DAT210x - Programming with Python for DS

Module5- Lab8


In [ ]:
import pandas as pd
import numpy as np
import matplotlib
import matplotlib.pyplot as plt

matplotlib.style.use('ggplot') # Look Pretty

A Convenience Function

This convenience method will take care of plotting your test observations, comparing them to the regression line, and displaying the R2 coefficient


In [ ]:
def drawLine(model, X_test, y_test, title):
    fig = plt.figure()
    ax = fig.add_subplot(111)
    ax.scatter(X_test, y_test, c='g', marker='o')
    ax.plot(X_test, model.predict(X_test), color='orange', linewidth=1, alpha=0.7)

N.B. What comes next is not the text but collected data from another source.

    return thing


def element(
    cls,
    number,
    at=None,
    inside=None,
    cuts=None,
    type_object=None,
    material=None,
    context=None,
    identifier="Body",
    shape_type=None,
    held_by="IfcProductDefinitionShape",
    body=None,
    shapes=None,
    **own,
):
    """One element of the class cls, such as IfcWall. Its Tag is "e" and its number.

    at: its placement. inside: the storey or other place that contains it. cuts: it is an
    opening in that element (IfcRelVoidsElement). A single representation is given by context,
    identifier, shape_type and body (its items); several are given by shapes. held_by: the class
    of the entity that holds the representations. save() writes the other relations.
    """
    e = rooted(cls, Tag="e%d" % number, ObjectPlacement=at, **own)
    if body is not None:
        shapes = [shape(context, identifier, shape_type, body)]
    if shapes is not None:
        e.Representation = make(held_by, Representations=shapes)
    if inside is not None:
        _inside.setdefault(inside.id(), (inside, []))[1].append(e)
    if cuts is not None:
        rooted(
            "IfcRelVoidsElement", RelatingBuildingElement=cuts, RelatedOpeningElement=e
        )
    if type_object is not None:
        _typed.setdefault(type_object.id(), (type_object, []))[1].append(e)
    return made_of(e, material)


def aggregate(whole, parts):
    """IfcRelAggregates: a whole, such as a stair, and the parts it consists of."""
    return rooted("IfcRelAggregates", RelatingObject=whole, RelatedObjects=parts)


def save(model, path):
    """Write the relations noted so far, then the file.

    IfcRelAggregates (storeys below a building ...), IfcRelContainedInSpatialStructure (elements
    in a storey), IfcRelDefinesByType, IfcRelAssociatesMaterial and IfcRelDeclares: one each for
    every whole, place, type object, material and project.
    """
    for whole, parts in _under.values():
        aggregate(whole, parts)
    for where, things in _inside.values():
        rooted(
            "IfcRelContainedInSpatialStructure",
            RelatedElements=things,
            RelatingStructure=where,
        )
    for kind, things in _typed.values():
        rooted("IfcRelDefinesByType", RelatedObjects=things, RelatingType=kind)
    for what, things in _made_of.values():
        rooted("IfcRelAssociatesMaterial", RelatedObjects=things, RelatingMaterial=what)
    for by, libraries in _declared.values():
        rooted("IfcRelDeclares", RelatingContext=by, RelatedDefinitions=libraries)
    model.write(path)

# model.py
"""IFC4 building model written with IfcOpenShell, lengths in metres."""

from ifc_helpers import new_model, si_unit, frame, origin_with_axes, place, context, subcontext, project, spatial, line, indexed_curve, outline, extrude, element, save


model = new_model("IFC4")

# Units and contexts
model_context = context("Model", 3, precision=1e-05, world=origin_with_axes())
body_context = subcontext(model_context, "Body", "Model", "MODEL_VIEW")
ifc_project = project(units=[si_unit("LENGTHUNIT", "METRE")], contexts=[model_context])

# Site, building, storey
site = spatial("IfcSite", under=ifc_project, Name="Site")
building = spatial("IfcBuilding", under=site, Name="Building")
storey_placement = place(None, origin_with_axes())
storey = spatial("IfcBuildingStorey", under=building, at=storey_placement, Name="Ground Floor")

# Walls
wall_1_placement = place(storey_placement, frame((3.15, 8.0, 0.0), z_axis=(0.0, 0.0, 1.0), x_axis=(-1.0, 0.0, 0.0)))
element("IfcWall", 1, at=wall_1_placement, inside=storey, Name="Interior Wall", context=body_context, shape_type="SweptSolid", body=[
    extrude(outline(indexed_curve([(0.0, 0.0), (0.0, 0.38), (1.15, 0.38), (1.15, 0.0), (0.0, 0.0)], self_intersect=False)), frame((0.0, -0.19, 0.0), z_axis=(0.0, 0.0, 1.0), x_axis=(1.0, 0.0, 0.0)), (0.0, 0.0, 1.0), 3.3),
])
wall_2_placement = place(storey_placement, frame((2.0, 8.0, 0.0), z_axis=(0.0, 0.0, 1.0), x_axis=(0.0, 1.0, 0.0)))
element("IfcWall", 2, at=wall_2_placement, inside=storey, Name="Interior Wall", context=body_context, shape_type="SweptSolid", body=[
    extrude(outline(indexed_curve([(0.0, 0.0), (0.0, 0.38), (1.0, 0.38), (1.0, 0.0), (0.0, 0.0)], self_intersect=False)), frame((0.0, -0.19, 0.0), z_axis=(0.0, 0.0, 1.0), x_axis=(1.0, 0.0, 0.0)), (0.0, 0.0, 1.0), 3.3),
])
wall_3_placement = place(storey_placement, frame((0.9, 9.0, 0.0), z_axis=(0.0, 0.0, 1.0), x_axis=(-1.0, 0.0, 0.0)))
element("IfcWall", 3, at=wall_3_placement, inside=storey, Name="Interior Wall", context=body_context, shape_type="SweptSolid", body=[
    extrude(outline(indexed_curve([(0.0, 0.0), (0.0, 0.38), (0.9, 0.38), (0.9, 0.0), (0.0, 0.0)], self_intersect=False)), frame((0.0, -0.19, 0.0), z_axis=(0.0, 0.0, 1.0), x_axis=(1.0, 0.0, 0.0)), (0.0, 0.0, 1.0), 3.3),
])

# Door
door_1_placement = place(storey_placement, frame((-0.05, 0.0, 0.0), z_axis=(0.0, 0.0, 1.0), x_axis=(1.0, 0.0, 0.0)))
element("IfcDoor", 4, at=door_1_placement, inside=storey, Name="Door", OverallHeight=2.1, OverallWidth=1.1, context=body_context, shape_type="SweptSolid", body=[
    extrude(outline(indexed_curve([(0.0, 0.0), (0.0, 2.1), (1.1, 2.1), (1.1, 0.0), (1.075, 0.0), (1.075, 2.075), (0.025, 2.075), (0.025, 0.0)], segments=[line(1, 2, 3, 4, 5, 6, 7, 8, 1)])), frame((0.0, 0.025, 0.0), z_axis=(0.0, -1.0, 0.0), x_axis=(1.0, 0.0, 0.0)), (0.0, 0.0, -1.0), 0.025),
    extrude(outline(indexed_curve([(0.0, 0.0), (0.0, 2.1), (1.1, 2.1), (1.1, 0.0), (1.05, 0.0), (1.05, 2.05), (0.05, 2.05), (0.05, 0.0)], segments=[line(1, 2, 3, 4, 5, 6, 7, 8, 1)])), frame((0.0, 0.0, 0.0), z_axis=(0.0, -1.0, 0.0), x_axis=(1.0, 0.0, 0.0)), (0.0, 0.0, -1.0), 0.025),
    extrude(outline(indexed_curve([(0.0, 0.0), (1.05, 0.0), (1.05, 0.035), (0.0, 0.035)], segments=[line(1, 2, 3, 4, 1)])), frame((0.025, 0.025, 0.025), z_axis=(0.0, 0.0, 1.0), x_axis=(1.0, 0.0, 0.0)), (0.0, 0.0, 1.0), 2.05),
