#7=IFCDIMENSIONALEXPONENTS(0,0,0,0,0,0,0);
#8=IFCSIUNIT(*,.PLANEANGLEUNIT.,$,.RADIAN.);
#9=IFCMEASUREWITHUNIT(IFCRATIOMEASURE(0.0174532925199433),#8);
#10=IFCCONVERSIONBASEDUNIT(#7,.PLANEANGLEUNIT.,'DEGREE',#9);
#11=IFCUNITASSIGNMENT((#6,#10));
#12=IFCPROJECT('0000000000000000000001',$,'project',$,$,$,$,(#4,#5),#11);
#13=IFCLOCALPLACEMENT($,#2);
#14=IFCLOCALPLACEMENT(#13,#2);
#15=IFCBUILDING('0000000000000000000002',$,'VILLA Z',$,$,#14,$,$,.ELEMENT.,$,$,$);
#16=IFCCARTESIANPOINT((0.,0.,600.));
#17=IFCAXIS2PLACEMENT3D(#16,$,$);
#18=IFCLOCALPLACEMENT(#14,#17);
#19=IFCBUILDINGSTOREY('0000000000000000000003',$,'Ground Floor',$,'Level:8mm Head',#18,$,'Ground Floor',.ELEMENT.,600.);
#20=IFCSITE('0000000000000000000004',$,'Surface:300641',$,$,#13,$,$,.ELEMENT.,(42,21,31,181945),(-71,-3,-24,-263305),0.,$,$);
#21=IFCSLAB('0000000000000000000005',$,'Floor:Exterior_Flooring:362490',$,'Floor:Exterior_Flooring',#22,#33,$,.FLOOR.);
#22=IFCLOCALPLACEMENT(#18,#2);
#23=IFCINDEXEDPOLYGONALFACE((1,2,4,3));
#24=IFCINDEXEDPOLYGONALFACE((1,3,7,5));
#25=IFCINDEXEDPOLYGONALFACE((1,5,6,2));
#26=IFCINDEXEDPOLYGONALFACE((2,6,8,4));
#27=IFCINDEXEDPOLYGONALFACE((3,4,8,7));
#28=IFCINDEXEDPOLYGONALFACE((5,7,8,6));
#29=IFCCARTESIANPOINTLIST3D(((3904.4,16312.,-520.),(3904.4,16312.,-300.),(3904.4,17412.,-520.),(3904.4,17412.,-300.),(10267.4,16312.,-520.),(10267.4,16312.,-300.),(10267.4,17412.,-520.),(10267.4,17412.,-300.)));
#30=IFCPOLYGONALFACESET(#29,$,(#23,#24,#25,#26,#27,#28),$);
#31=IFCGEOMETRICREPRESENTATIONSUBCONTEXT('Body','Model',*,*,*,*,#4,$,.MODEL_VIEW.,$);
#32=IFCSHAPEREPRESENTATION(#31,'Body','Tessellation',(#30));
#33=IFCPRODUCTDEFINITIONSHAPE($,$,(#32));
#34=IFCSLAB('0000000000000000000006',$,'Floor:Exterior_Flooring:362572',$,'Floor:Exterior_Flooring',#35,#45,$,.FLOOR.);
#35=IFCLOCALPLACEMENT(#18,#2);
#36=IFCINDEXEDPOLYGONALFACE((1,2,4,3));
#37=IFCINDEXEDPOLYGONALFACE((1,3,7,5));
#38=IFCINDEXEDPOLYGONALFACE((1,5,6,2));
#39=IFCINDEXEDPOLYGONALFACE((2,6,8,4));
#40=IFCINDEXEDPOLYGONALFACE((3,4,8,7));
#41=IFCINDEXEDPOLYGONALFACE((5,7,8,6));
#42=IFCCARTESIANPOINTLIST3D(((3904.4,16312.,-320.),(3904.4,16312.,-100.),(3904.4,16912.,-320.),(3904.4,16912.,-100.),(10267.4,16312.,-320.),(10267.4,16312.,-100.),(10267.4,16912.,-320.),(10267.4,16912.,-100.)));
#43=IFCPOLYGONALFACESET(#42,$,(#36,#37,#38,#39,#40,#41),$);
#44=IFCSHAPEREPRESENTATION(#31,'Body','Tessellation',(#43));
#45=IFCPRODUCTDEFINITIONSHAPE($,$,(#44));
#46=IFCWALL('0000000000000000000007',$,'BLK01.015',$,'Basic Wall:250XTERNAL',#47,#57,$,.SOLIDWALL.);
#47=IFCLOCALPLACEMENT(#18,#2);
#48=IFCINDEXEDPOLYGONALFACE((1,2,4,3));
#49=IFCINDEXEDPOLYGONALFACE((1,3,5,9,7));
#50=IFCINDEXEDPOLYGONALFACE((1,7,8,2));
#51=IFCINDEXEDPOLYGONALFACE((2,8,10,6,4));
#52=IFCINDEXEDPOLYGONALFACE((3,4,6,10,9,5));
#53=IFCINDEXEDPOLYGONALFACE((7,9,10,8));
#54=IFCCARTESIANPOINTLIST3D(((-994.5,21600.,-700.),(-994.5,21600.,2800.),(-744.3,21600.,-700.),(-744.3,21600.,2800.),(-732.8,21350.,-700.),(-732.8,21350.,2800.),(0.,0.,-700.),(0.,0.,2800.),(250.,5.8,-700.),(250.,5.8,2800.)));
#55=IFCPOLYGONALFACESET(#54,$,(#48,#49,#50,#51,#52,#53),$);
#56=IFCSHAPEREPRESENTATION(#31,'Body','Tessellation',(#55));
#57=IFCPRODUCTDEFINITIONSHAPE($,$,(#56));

    print("Est 2014 " + title + " Life Expectancy: ", model.predict([[2014]])[0])
    print("Est 2030 " + title + " Life Expectancy: ", model.predict([[2030]])[0])
    print("Est 2045 " + title + " Life Expectancy: ", model.predict([[2045]])[0])

    score = model.score(X_test, y_test)
    title += " R2: " + str(score)
    ax.set_title(title)

    plt.show()

The Assignment

Load up the data here into a variable called X. As usual, do a .describe and a print of your dataset and compare it to the dataset loaded in a text file or in a spread sheet application:


In [ ]:
# .. your code here ..

Create your linear regression model here and store it in a variable called model. Don't actually train or do anything else with it yet:


In [ ]:
# .. your code here ..

Slice out your data manually (e.g. don't use train_test_split, but actually do the indexing yourself. Set X_train to be year values LESS than 1986, and y_train to be corresponding 'WhiteMale' age values. You might also want to read the note about slicing on the bottom of this document before proceeding:


In [ ]:
# .. your code here ..

Train your model then pass it into drawLine with your training set and labels. You can title it 'WhiteMale'. drawLine will output to the console a 2014 extrapolation / approximation for what it believes the WhiteMale's life expectancy in the U.S. will be... given the pre-1986 data you trained it with. It'll also produce a 2030 and 2045 extrapolation:


In [ ]:
# .. your code here ..

Print the actual 2014 'WhiteMale' life expectancy from your loaded dataset


In [ ]:
# .. your code here ..

Repeat the process, but instead of for WhiteMale, this time select BlackFemale. Create a slice for BlackFemales, fit your model, and then call drawLine. Lastly, print out the actual 2014 BlackFemale life expectancy:


In [ ]:
# .. your code here ..

Lastly, print out a correlation matrix for your entire dataset, and display a visualization of the correlation matrix, just as we described in the visualization section of the course:


In [ ]:
# .. your code here ..

In [ ]:
plt.show()

Notes On Fitting, Scoring, and Predicting:

Here's a hint to help you complete the assignment without pulling your hair out! When you use .fit(), .score(), and .predict() on your model, SciKit-Learn expects your training data to be in spreadsheet (2D Array-Like) form. This means you can't simply pass in a 1D Array (slice) and get away with it.

To properly prep your data, you have to pass in a 2D Numpy Array, or a dataframe. But what happens if you really only want to pass in a single feature?

If you slice your dataframe using df[['ColumnName']] syntax, the result that comes back is actually a dataframe. Go ahead and do a type() on it to check it out. Since it's already a dataframe, you're good -- no further changes needed.

But if you slice your dataframe using the df.ColumnName syntax, OR if you call df['ColumnName'], the result that comes back is actually a series (1D Array)! This will cause SKLearn to bug out. So if you are slicing using either of those two techniques, before sending your training or testing data to .fit / .score, do any_column = my_column.reshape(-1,1).

This will convert your 1D array of [n_samples], to a 2D array shaped like [n_samples, 1]. A single feature, with many samples.

If you did something like my_column = [my_column], that would produce an array in the shape of [1, n_samples], which is incorrect because SKLearn expects your data to be arranged as [n_samples, n_features]. Keep in mind, all of the above only relates to your X or input data, and does not apply to your y or labels.